# Stored items
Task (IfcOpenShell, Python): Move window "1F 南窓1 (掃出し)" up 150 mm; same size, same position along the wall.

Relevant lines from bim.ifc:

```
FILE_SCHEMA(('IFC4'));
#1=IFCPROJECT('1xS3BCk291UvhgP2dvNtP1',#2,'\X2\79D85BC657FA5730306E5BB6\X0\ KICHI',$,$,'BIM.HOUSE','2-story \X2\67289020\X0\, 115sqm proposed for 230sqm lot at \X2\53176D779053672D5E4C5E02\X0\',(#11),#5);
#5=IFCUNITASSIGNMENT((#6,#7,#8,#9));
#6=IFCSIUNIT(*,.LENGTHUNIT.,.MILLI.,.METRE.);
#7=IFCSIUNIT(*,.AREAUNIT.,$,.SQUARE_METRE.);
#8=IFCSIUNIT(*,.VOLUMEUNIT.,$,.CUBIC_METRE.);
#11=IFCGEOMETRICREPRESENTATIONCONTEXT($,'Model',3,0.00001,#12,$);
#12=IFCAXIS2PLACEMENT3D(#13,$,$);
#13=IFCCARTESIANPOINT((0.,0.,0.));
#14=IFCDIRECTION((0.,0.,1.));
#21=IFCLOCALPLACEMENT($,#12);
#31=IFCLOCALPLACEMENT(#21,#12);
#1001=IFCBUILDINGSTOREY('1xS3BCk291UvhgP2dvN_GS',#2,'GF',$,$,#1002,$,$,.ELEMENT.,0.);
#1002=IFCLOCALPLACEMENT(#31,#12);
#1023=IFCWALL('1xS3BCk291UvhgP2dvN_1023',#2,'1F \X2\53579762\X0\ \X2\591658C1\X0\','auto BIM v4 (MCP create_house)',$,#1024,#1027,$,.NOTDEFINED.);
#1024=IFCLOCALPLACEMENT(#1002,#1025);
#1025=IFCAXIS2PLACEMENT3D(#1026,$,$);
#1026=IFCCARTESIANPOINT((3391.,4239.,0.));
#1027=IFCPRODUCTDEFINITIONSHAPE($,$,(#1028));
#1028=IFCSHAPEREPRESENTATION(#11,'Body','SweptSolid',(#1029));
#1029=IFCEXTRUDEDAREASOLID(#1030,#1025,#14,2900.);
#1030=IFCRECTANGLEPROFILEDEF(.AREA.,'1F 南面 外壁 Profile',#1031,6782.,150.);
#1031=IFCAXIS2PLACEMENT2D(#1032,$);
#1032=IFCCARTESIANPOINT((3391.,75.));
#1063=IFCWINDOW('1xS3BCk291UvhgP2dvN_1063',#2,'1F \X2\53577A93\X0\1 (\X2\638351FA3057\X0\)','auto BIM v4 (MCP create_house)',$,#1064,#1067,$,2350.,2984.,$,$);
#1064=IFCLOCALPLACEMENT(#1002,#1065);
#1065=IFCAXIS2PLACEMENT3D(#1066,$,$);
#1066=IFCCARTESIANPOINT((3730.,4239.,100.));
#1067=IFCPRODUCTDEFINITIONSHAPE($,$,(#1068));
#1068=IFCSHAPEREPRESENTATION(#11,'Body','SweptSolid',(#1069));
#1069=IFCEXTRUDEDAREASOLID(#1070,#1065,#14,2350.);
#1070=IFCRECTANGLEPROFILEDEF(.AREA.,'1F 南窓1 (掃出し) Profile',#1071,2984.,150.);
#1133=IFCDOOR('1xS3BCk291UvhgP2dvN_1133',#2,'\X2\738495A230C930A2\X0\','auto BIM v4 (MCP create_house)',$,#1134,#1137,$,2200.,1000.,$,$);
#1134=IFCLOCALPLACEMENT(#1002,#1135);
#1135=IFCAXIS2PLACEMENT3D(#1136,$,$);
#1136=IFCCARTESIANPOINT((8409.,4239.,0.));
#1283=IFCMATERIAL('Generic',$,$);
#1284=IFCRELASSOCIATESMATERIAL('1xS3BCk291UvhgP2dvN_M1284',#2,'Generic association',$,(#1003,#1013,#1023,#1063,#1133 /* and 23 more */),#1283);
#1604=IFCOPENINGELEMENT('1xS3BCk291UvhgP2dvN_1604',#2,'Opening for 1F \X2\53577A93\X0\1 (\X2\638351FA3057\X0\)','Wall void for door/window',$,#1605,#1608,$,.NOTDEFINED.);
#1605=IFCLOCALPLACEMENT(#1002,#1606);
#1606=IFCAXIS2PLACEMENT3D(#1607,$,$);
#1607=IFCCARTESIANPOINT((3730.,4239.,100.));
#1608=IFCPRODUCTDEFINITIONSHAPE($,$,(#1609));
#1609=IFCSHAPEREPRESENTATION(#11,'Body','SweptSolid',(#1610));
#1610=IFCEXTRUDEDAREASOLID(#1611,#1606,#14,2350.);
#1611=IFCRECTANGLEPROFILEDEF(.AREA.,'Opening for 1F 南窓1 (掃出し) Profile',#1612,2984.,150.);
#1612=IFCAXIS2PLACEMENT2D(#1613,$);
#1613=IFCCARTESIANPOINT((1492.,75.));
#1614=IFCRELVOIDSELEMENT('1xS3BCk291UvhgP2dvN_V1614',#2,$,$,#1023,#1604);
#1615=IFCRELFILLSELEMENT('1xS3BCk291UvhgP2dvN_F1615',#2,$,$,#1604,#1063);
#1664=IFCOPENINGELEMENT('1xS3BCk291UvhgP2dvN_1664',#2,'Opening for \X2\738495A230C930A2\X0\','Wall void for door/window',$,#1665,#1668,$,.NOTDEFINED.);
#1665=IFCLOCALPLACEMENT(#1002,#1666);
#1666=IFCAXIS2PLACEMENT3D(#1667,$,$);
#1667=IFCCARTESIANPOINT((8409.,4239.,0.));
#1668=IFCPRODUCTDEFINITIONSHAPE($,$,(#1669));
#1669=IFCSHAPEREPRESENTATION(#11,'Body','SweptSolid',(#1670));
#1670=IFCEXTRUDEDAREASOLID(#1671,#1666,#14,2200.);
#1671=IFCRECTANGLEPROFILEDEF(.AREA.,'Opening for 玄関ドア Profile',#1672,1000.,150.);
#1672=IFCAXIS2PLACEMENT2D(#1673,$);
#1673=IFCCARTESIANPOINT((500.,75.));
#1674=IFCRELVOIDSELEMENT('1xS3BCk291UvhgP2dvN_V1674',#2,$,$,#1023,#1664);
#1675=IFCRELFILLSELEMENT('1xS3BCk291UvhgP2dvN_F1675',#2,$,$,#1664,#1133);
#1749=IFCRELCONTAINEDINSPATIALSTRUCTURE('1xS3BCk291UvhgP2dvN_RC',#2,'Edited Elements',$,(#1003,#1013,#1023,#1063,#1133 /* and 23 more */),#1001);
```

```python
import numpy as np
import ifcopenshell
import ifcopenshell.api.geometry
import ifcopenshell.util.placement
import ifcopenshell.util.unit

model = ifcopenshell.open("bim.ifc")
unit_scale = ifcopenshell.util.unit.calculate_unit_scale(model)

window = model.by_guid("1xS3BCk291UvhgP2dvN_1063")
opening = window.FillsVoids[0].RelatingOpeningElement
dz = 0.15 / unit_scale

shift = np.array([0.0, 0.0, dz])
# The window is not placed relative to its opening, so move both.
for product in (opening, window):
    matrix = ifcopenshell.util.placement.get_local_placement(product.ObjectPlacement)
    matrix[:3, 3] += shift
    ifcopenshell.api.geometry.edit_object_placement(model, product=product, matrix=matrix, is_si=False)

print(f"moved by {dz * unit_scale:+.3f} m")

model.write("bim_updated.ifc")
```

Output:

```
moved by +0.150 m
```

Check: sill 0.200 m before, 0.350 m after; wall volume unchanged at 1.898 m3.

# WORK TO COMPLETE
Repeat every entry exactly. Nothing may be dropped.

# RESULT FOR THIS EXERCISE
Task (IfcOpenShell, Python): Move window "1F 南窓1 (掃出し)" up 150 mm; same size, same position along the wall.

Relevant lines from bim.ifc:

```
FILE_SCHEMA(('IFC4'));
#1=IFCPROJECT('1xS3BCk291UvhgP2dvNtP1',#2,'\X2\79D85BC657FA5730306E5BB6\X0\ KICHI',$,$,'BIM.HOUSE','2-story \X2\67289020\X0\, 115sqm proposed for 230sqm lot at \X2\53176D779053672D5E4C5E02\X0\',(#11),#5);
#5=IFCUNITASSIGNMENT((#6,#7,#8,#9));
#6=IFCSIUNIT(*,.LENGTHUNIT.,.MILLI.,.METRE.);
#7=IFCSIUNIT(*,.AREAUNIT.,$,.SQUARE_METRE.);
#8=IFCSIUNIT(*,.VOLUMEUNIT.,$,.CUBIC_METRE.);
#11=IFCGEOMETRICREPRESENTATIONCONTEXT($,'Model',3,0.00001,#12,$);
#12=IFCAXIS2PLACEMENT3D(#13,$,$);
#13=IFCCARTESIANPOINT((0.,0.,0.));
#14=IFCDIRECTION((0.,0.,1.));
#21=IFCLOCALPLACEMENT($,#12);
#31=IFCLOCALPLACEMENT(#21,#12);
#1001=IFCBUILDINGSTOREY('1xS3BCk291UvhgP2dvN_GS',#2,'GF',$,$,#1002,$,$,.ELEMENT.,0.);
#1002=IFCLOCALPLACEMENT(#31,#12);
#1023=IFCWALL('1xS3BCk291UvhgP2dvN_1023',#2,'1F \X2\53579762\X0\ \X2\591658C1\X0\','auto BIM v4 (MCP create_house)',$,#1024,#1027,$,.NOTDEFINED.);
#1024=IFCLOCALPLACEMENT(#1002,#1025);
#1025=IFCAXIS2PLACEMENT3D(#1026,$,$);
#1026=IFCCARTESIANPOINT((3391.,4239.,0.));
#1027=IFCPRODUCTDEFINITIONSHAPE($,$,(#1028));
#1028=IFCSHAPEREPRESENTATION(#11,'Body','SweptSolid',(#1029));
#1029=IFCEXTRUDEDAREASOLID(#1030,#1025,#14,2900.);
#1030=IFCRECTANGLEPROFILEDEF(.AREA.,'1F 南面 外壁 Profile',#1031,6782.,150.);
#1031=IFCAXIS2PLACEMENT2D(#1032,$);
#1032=IFCCARTESIANPOINT((3391.,75.));
#1063=IFCWINDOW('1xS3BCk291UvhgP2dvN_1063',#2,'1F \X2\53577A93\X0\1 (\X2\638351FA3057\X0\)','auto BIM v4 (MCP create_house)',$,#1064,#1067,$,2350.,2984.,$,$);
#1064=IFCLOCALPLACEMENT(#1002,#1065);
#1065=IFCAXIS2PLACEMENT3D(#1066,$,$);
#1066=IFCCARTESIANPOINT((3730.,4239.,100.));
#1067=IFCPRODUCTDEFINITIONSHAPE($,$,(#1068));
#1068=IFCSHAPEREPRESENTATION(#11,'Body','SweptSolid',(#1069));
#1069=IFCEXTRUDEDAREASOLID(#1070,#1065,#14,2350.);
#1070=IFCRECTANGLEPROFILEDEF(.AREA.,'1F 南窓1 (掃出し) Profile',#1071,2984.,150.);
#1133=IFCDOOR('1xS3BCk291UvhgP2dvN_1133',#2,'\X2\738495A230C930A2\X0\','auto BIM v4 (MCP create_house)',$,#1134,#1137,$,2200.,1000.,$,$);
#1134=IFCLOCALPLACEMENT(#1002,#1135);
#1135=IFCAXIS2PLACEMENT3D(#1136,$,$);
#1136=IFCCARTESIANPOINT((8409.,4239.,0.));
#1283=IFCMATERIAL('Generic',$,$);
#1284=IFCRELASSOCIATESMATERIAL('1xS3BCk291UvhgP2dvN_M1284',#2,'Generic association',$,(#1003,#1013,#1023,#1063,#1133 /* and 23 more */),#1283);
#1604=IFCOPENINGELEMENT('1xS3BCk291UvhgP2dvN_1604',#2,'Opening for 1F \X2\53577A93\X0\1 (\X2\638351FA3057\X0\)','Wall void for door/window',$,#1605,#1608,$,.NOTDEFINED.);
#1605=IFCLOCALPLACEMENT(#1002,#1606);
#1606=IFCAXIS2PLACEMENT3D(#1607,$,$);
#1607=IFCCARTESIANPOINT((3730.,4239.,100.));
#1608=IFCPRODUCTDEFINITIONSHAPE($,$,(#1609));
#1609=IFCSHAPEREPRESENTATION(#11,'Body','SweptSolid',(#1610));
#1610=IFCEXTRUDEDAREASOLID(#1611,#1606,#14,2350.);
#1611=IFCRECTANGLEPROFILEDEF(.AREA.,'Opening for 1F 南窓1 (掃出し) Profile',#1612,2984.,150.);
#1612=IFCAXIS2PLACEMENT2D(#1613,$);
#1613=IFCCARTESIANPOINT((1492.,75.));
#1614=IFCRELVOIDSELEMENT('1xS3BCk291UvhgP2dvN_V1614',#2,$,$,#1023,#1604);
#1615=IFCRELFILLSELEMENT('1xS3BCk291UvhgP2dvN_F1615',#2,$,$,#1604,#1063);
#1664=IFCOPENINGELEMENT('1xS3BCk291UvhgP2dvN_1664',#2,'Opening for \X2\738495A230C930A2\X0\','Wall void for door/window',$,#1665,#1668,$,.NOTDEFINED.);
#1665=IFCLOCALPLACEMENT(#1002,#1666);
#1666=IFCAXIS2PLACEMENT3D(#1667,$,$);
#1667=IFCCARTESIANPOINT((8409.,4239.,0.));
#1668=IFCPRODUCTDEFINITIONSHAPE($,$,(#1669));
#1669=IFCSHAPEREPRESENTATION(#11,'Body','SweptSolid',(#1670));
#1670=IFCEXTRUDEDAREASOLID(#1671,#1666,#14,2200.);
#1671=IFCRECTANGLEPROFILEDEF(.AREA.,'Opening for 玄関ドア Profile',#1672,1000.,150.);
#1672=IFCAXIS2PLACEMENT2D(#1673,$);
#1673=IFCCARTESIANPOINT((500.,75.));
#1674=IFCRELVOIDSELEMENT('1xS3BCk291UvhgP2dvN_V1674',#2,$,$,#1023,#1664);
#1675=IFCRELFILLSELEMENT('1xS3BCk291UvhgP2dvN_F1675',#2,$,$,#1664,#1133);
#1749=IFCRELCONTAINEDINSPATIALSTRUCTURE('1xS3BCk291UvhgP2dvN_RC',#2,'Edited Elements',$,(#1003,#1013,#1023,#1063,#1133 /* and 23 more */),#1001);
```

```python
import numpy as np
import ifcopenshell
import ifcopenshell.api.geometry
import ifcopenshell.util.placement
import ifcopenshell.util.unit

model = ifcopenshell.open("bim.ifc")
unit_scale = ifcopenshell.util.unit.calculate_unit_scale(model)

window = model.by_guid("1xS3BCk291UvhgP2dvN_1063")
opening = window.FillsVoids[0].RelatingOpeningElement
dz = 0.15 / unit_scale

shift = np.array([0.0, 0.0, dz])
# The window is not placed relative to its opening, so move both.
for product in (opening, window):
    matrix = ifcopenshell.util.placement.get_local_placement(product.ObjectPlacement)
    matrix[:3, 3] += shift
    ifcopenshell.api.geometry.edit_object_placement(model, product=product, matrix=matrix, is_si=False)

print(f"moved by {dz * unit_scale:+.3f} m")

model.write("bim_updated.ifc")
```

Output:

```
moved by +0.150 m
```

Check: sill 0.200 m before, 0.350 m after; wall volume unchanged at 1.898 m3.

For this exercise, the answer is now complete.